__Supplied records__
-=-=-
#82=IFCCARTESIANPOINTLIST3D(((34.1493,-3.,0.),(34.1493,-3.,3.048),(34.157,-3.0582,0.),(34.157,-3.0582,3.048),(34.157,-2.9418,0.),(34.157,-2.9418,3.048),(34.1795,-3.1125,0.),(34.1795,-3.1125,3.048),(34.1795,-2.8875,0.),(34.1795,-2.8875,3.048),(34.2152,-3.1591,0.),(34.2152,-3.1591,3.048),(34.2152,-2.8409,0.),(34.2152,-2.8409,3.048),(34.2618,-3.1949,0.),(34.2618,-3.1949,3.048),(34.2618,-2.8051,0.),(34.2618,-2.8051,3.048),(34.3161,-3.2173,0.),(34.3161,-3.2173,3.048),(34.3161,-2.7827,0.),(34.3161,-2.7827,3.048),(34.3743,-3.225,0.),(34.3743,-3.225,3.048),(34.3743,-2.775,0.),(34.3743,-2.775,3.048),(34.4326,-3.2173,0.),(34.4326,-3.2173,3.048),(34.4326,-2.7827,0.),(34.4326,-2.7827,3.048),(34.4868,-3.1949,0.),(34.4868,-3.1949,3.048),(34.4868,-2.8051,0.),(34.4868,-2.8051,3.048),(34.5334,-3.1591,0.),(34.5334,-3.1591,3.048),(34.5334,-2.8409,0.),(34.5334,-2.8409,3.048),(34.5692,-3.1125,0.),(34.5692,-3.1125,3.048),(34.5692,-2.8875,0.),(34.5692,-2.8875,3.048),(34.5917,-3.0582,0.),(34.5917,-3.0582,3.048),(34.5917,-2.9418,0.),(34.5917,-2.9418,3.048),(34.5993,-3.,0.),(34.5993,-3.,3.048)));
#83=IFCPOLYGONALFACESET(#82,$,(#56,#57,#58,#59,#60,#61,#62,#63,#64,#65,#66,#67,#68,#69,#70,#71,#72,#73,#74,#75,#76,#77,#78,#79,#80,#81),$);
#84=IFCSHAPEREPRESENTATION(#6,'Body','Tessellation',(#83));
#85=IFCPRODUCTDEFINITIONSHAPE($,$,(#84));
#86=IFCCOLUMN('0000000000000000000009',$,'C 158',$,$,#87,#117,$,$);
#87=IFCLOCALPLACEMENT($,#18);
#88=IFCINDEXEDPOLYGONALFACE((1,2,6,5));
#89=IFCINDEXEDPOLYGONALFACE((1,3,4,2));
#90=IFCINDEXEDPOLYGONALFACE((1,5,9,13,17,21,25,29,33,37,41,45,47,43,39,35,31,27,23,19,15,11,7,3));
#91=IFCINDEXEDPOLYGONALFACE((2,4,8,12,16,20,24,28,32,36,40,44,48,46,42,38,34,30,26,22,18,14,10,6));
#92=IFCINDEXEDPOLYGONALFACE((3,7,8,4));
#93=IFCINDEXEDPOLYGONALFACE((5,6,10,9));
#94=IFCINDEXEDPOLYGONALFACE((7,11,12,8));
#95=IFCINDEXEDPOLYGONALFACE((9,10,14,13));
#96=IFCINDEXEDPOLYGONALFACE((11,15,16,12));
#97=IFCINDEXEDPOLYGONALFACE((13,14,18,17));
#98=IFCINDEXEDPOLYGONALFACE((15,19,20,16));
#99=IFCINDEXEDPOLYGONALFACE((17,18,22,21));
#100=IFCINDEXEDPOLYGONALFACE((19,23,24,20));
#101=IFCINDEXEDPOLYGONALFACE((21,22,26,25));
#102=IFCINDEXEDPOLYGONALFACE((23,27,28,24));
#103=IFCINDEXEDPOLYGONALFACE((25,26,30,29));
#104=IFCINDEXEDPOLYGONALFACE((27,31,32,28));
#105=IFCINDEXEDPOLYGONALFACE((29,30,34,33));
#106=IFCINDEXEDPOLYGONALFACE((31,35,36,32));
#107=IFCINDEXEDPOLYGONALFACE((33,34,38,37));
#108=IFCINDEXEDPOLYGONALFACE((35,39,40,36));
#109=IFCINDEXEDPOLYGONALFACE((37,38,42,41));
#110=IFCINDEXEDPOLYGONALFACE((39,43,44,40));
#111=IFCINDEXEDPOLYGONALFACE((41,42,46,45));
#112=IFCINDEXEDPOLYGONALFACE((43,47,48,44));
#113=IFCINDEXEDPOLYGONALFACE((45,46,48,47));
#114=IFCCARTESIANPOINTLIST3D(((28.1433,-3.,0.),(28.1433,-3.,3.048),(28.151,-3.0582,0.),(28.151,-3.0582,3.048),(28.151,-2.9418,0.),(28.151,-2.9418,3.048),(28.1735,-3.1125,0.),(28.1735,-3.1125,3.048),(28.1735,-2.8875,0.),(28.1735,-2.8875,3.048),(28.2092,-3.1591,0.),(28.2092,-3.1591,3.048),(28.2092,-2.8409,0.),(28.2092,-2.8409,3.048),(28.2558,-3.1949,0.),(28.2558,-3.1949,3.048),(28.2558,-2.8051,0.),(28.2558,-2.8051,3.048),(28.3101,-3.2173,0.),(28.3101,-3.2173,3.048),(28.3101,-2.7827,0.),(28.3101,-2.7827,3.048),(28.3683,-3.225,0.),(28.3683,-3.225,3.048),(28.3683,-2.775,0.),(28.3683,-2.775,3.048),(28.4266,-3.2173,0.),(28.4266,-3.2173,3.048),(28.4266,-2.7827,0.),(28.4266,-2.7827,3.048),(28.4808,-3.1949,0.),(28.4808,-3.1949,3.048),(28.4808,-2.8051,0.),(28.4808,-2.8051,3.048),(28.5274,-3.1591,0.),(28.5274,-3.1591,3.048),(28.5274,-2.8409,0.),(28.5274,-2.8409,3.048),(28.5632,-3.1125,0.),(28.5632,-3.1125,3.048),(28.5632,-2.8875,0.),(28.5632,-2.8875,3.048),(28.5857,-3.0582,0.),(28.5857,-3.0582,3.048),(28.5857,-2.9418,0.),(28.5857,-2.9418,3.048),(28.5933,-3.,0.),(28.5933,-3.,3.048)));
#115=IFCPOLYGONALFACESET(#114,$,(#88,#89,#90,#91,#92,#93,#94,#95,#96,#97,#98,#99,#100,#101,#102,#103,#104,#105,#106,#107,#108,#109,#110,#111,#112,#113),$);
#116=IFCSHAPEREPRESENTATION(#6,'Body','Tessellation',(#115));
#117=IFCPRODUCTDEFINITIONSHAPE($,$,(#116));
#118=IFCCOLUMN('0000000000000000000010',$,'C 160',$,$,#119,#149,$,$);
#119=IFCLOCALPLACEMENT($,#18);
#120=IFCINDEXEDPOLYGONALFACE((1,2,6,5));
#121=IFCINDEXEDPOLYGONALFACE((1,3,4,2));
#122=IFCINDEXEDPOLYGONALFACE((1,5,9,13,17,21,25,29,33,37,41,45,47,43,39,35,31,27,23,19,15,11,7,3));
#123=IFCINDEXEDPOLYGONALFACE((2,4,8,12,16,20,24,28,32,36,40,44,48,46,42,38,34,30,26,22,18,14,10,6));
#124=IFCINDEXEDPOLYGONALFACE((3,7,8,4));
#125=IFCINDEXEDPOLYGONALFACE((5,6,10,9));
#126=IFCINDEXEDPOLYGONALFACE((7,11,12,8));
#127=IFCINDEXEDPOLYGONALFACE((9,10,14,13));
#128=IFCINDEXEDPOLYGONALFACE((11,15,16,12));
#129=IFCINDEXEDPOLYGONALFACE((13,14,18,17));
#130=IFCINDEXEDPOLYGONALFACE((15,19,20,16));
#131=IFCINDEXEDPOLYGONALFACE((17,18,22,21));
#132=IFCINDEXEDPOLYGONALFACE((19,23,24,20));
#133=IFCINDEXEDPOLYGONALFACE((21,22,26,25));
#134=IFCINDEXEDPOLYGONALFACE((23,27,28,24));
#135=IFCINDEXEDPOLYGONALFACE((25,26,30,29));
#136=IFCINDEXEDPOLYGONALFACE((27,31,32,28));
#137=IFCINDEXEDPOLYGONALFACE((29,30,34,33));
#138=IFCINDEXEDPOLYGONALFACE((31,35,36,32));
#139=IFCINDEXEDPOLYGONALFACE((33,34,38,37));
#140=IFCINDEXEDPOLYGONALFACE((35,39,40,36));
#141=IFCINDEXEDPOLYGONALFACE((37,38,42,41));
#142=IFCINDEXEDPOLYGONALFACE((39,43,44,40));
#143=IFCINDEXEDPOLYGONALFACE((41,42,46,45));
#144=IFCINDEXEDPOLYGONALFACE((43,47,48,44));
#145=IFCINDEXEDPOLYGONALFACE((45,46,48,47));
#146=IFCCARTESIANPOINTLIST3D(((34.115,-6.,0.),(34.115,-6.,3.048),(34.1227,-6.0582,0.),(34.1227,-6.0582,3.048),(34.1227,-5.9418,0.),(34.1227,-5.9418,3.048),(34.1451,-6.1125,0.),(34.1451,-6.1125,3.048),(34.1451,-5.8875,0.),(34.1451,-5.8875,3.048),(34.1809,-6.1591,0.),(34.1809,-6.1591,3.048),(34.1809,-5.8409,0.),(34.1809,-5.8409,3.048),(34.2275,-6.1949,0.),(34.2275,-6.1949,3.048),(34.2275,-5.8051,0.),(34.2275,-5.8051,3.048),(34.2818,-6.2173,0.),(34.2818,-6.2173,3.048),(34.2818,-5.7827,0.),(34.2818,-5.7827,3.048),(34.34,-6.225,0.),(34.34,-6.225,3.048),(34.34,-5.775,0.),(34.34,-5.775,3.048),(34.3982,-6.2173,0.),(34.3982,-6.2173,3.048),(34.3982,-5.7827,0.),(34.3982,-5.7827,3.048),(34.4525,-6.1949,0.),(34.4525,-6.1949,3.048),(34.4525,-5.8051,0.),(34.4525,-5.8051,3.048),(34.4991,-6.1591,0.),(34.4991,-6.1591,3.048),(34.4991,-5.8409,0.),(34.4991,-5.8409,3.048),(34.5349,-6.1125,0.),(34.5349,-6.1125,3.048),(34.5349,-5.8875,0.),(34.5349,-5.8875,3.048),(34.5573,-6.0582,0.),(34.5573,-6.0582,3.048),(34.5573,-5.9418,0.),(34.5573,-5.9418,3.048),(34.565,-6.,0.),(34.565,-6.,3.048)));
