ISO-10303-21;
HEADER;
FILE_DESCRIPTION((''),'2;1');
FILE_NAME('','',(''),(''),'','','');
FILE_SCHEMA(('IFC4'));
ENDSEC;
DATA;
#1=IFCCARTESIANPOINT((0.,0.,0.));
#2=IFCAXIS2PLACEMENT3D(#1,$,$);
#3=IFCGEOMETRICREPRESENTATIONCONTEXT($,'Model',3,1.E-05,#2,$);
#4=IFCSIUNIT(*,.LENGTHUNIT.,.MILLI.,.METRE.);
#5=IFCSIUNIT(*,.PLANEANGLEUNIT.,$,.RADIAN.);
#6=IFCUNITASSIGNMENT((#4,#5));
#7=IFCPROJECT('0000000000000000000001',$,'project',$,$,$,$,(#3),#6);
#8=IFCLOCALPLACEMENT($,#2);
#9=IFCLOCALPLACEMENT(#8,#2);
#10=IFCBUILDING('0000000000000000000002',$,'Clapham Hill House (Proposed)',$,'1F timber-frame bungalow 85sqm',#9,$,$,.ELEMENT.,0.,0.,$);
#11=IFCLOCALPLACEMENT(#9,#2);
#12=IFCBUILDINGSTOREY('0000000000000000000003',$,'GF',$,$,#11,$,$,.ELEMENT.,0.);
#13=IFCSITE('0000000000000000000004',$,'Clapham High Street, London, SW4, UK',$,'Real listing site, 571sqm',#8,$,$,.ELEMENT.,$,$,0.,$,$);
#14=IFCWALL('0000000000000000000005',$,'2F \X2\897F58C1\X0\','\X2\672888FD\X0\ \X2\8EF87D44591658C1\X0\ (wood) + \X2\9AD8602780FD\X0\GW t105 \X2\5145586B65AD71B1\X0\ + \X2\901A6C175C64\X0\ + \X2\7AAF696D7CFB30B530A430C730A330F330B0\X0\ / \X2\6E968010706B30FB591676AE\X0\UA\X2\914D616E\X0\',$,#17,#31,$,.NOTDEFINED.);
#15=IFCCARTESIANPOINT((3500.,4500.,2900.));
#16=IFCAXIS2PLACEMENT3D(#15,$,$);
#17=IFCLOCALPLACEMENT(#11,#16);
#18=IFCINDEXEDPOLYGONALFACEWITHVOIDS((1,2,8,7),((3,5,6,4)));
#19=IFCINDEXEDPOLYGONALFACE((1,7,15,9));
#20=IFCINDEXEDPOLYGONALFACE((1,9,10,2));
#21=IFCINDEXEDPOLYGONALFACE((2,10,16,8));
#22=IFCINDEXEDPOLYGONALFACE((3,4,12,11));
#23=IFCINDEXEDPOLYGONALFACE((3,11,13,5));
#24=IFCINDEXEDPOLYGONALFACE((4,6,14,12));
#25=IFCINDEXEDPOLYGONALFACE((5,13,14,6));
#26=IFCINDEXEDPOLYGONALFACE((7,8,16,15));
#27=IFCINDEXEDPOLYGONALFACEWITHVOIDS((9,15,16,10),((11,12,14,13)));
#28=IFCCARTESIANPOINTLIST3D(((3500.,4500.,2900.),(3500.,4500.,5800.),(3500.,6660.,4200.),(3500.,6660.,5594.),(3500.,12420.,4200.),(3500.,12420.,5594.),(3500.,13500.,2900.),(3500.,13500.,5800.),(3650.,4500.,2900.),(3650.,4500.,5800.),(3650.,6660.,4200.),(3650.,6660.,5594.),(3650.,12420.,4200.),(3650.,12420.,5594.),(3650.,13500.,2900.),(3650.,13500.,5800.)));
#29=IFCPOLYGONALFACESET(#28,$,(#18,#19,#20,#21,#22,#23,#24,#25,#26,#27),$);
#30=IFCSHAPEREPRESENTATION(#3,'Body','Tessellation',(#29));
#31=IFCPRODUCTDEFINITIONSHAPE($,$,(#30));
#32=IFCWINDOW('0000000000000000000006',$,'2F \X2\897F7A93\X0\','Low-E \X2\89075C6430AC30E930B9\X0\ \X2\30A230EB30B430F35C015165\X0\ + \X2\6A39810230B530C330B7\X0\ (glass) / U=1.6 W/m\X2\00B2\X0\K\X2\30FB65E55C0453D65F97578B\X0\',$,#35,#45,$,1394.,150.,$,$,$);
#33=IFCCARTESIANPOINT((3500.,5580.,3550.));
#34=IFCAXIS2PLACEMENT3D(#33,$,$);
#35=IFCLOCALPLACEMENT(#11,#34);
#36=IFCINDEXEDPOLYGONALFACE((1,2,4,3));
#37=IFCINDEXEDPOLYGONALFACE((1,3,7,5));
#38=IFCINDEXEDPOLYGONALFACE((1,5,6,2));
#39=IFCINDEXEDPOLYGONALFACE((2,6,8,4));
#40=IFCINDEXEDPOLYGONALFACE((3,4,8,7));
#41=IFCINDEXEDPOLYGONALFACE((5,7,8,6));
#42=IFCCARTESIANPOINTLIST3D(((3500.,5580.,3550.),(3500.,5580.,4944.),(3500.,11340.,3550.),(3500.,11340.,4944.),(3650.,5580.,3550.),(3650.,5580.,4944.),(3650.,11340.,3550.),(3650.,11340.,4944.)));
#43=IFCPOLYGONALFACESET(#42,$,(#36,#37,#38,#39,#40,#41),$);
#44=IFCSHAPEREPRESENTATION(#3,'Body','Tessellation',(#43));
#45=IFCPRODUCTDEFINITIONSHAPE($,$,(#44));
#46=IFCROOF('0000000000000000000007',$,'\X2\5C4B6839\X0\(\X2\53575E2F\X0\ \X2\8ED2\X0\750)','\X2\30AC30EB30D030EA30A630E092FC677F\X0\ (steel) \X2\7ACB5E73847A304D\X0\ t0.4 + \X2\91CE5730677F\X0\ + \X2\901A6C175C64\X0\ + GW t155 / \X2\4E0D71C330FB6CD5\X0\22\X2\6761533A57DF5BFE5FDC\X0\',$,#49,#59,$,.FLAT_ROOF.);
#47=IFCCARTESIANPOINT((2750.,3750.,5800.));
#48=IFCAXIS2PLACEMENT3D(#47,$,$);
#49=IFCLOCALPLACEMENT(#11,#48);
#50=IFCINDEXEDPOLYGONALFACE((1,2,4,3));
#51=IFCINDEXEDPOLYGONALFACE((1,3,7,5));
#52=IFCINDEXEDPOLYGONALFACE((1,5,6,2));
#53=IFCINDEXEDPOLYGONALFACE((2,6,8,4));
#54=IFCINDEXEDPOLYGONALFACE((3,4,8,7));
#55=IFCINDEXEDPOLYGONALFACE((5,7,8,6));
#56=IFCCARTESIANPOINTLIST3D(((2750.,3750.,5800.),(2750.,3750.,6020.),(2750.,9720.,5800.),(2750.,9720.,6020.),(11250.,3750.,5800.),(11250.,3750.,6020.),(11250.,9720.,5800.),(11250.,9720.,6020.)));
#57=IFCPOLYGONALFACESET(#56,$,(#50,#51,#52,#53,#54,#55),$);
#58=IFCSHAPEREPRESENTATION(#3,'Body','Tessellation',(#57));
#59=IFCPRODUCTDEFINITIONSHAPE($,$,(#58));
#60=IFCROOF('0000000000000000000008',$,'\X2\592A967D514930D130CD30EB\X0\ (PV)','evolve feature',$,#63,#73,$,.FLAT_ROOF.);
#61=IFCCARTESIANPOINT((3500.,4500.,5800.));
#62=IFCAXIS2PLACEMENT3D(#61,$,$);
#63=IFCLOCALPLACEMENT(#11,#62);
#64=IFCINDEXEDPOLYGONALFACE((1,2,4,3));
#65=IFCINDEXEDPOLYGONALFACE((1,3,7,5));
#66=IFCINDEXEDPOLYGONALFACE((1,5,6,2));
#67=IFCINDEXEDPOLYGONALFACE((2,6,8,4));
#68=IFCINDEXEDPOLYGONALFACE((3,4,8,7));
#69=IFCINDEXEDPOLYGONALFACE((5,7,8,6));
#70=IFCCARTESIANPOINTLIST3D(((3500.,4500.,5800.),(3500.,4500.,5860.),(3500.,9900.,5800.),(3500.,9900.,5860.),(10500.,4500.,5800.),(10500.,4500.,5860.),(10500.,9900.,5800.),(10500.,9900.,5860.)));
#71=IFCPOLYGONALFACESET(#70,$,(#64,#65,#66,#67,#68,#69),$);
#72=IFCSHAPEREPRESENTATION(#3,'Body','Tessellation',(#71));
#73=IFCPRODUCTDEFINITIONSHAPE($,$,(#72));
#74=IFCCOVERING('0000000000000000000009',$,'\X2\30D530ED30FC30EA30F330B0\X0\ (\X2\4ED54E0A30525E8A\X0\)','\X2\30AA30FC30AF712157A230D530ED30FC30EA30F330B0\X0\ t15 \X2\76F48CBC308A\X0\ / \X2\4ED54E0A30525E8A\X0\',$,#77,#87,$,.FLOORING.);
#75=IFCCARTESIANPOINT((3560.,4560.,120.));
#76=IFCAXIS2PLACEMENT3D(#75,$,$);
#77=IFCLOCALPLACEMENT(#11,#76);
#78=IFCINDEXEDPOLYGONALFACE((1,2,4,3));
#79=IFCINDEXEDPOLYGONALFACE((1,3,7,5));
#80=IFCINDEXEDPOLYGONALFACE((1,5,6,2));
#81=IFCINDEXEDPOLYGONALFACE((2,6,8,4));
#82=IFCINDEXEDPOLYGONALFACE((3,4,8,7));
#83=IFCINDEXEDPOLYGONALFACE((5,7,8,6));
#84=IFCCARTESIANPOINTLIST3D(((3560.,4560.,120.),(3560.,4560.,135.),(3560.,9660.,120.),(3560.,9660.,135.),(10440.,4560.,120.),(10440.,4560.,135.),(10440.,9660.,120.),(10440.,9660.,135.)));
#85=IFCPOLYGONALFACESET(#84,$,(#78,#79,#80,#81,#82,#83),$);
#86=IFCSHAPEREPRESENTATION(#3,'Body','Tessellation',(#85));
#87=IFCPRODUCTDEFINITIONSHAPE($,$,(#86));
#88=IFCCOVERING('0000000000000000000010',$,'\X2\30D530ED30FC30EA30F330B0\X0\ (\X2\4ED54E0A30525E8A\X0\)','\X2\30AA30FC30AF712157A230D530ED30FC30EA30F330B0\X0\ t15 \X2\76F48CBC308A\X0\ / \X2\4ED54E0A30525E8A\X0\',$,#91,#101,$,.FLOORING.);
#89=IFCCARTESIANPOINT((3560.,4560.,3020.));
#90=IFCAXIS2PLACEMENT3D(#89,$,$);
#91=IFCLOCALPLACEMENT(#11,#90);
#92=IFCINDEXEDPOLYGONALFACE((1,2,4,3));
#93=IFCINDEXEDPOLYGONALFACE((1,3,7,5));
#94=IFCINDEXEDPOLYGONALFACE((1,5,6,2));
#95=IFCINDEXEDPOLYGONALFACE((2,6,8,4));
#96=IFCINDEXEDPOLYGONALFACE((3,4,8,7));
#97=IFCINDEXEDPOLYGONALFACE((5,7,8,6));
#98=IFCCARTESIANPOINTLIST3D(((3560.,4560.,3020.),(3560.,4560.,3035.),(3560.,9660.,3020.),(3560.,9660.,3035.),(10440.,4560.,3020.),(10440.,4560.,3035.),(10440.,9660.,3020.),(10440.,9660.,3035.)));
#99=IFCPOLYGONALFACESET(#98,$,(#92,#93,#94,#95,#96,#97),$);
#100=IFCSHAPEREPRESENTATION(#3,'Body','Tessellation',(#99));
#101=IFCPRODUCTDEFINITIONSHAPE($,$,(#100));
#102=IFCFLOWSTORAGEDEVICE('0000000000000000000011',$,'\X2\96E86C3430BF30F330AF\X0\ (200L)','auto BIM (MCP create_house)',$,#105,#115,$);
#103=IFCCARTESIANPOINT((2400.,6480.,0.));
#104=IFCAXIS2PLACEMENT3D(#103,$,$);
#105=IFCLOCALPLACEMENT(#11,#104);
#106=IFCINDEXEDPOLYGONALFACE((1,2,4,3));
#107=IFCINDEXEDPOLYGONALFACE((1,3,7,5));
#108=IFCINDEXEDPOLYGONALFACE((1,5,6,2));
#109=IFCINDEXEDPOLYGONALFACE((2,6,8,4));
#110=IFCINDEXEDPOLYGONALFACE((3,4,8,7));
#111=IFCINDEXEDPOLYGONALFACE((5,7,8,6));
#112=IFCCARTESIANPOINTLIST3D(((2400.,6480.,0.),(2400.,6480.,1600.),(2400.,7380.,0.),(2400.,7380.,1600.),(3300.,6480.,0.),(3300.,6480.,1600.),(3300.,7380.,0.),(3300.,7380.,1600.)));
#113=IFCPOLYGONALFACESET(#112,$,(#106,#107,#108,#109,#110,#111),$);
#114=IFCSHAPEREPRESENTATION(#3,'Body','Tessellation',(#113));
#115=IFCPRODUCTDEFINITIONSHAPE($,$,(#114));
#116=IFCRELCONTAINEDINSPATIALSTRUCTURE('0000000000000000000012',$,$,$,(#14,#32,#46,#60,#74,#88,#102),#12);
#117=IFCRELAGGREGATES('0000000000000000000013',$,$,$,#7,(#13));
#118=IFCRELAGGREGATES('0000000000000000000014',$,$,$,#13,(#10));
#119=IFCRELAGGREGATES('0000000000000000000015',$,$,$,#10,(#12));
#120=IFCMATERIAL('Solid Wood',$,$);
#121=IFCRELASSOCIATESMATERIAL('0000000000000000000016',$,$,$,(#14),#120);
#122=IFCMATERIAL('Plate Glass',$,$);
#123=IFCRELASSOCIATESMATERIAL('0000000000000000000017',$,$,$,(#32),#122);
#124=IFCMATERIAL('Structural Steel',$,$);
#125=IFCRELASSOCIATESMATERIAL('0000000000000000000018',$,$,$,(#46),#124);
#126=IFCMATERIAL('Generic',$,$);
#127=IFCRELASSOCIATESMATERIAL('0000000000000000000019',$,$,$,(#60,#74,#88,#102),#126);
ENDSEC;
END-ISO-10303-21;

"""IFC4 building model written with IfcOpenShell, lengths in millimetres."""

from ifc_helpers import new_model, si_unit, frame, frame_2d, origin, place, context, project, spatial, rectangle, extrude, material, element, fill, save


model = new_model("IFC4")

# Units and contexts
model_context = context("Model", 3, precision=1e-05, world=origin())
ifc_project = project(units=[si_unit("LENGTHUNIT", "METRE", prefix="MILLI"), si_unit("PLANEANGLEUNIT", "RADIAN")], contexts=[model_context])

# Site, building, storey
site_placement = place(None, origin())
site = spatial("IfcSite", under=ifc_project, at=site_placement, Name="Clapham High Street, London, SW4, UK", ObjectType="Real listing site, 571sqm", CompositionType="ELEMENT", RefElevation=0.0)
building_placement = place(site_placement, origin())
building = spatial("IfcBuilding", under=site, at=building_placement, Name="Clapham Hill House (Proposed)", ObjectType="1F timber-frame bungalow 85sqm", CompositionType="ELEMENT", ElevationOfRefHeight=0.0, ElevationOfTerrain=0.0)
storey_placement = place(building_placement, origin())
storey = spatial("IfcBuildingStorey", under=building, at=storey_placement, Name="GF", CompositionType="ELEMENT", Elevation=0.0)

# Shared definitions
ifc_material_1 = material(Name="Solid Wood")
ifc_material_2 = material(Name="Generic")

# Shared definitions
ifc_material_3 = material(Name="Plate Glass")

# Wall, opening, window
wall_1_placement = place(storey_placement, frame((3500.0, 4500.0, 2900.0)))
wall_1 = element("IfcWall", 1, at=wall_1_placement, inside=storey, material=ifc_material_1, Name="2F 西壁", Description="木製 軸組外壁 (wood) + 高性能GW t105 充填断熱 + 通気層 + 窯業系サイディング / 準耐火・外皮UA配慮", PredefinedType="NOTDEFINED", context=model_context, shape_type="SweptSolid", body=[
    extrude(rectangle(XDim=150.0, YDim=9000.0, at=frame_2d((75.0, 4500.0))), frame((3500.0, 4500.0, 2900.0)), (0.0, 0.0, 1.0), 2900.0),
])
opening_1_placement = place(storey_placement, frame((3500.0, 5580.0, 3550.0)))
opening_1 = element("IfcOpeningElement", 2, at=opening_1_placement, cuts=wall_1, PredefinedType="NOTDEFINED", context=model_context, shape_type="SweptSolid", body=[
    extrude(rectangle(XDim=150.0, YDim=5760.0, at=frame_2d((75.0, 2880.0))), frame((3500.0, 5580.0, 3550.0)), (0.0, 0.0, 1.0), 1394.0),
])
window_1_placement = place(storey_placement, frame((3500.0, 5580.0, 3550.0)))
window_1 = element("IfcWindow", 3, at=window_1_placement, inside=storey, material=ifc_material_3, Name="2F 西窓", Description="Low-E 複層ガラス アルゴン封入 + 樹脂サッシ (glass) / U=1.6 W/m²K・日射取得型", OverallHeight=1394.0, OverallWidth=150.0, context=model_context, shape_type="SweptSolid", body=[
    extrude(rectangle(XDim=150.0, YDim=5760.0, at=frame_2d((75.0, 2880.0))), frame((3500.0, 5580.0, 3550.0)), (0.0, 0.0, 1.0), 1394.0),
])
fill(opening_1, window_1)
-=-=-
__Instructions to follow__
From the entries above, give again exactly the lines running from the line with "#41=IFCINDEXEDPOLYGONALFACE((5,7,8,6));" to the line with "#43=IFCPOLYGONALFACESET(#42,$,(#36,#37,#38,#39,#40,#41),$);"; include both of those lines.

__The completed task__
#41=IFCINDEXEDPOLYGONALFACE((5,7,8,6));
#42=IFCCARTESIANPOINTLIST3D(((3500.,5580.,3550.),(3500.,5580.,4944.),(3500.,11340.,3550.),(3500.,11340.,4944.),(3650.,5580.,3550.),(3650.,5580.,4944.),(3650.,11340.,3550.),(3650.,11340.,4944.)));
#43=IFCPOLYGONALFACESET(#42,$,(#36,#37,#38,#39,#40,#41),$);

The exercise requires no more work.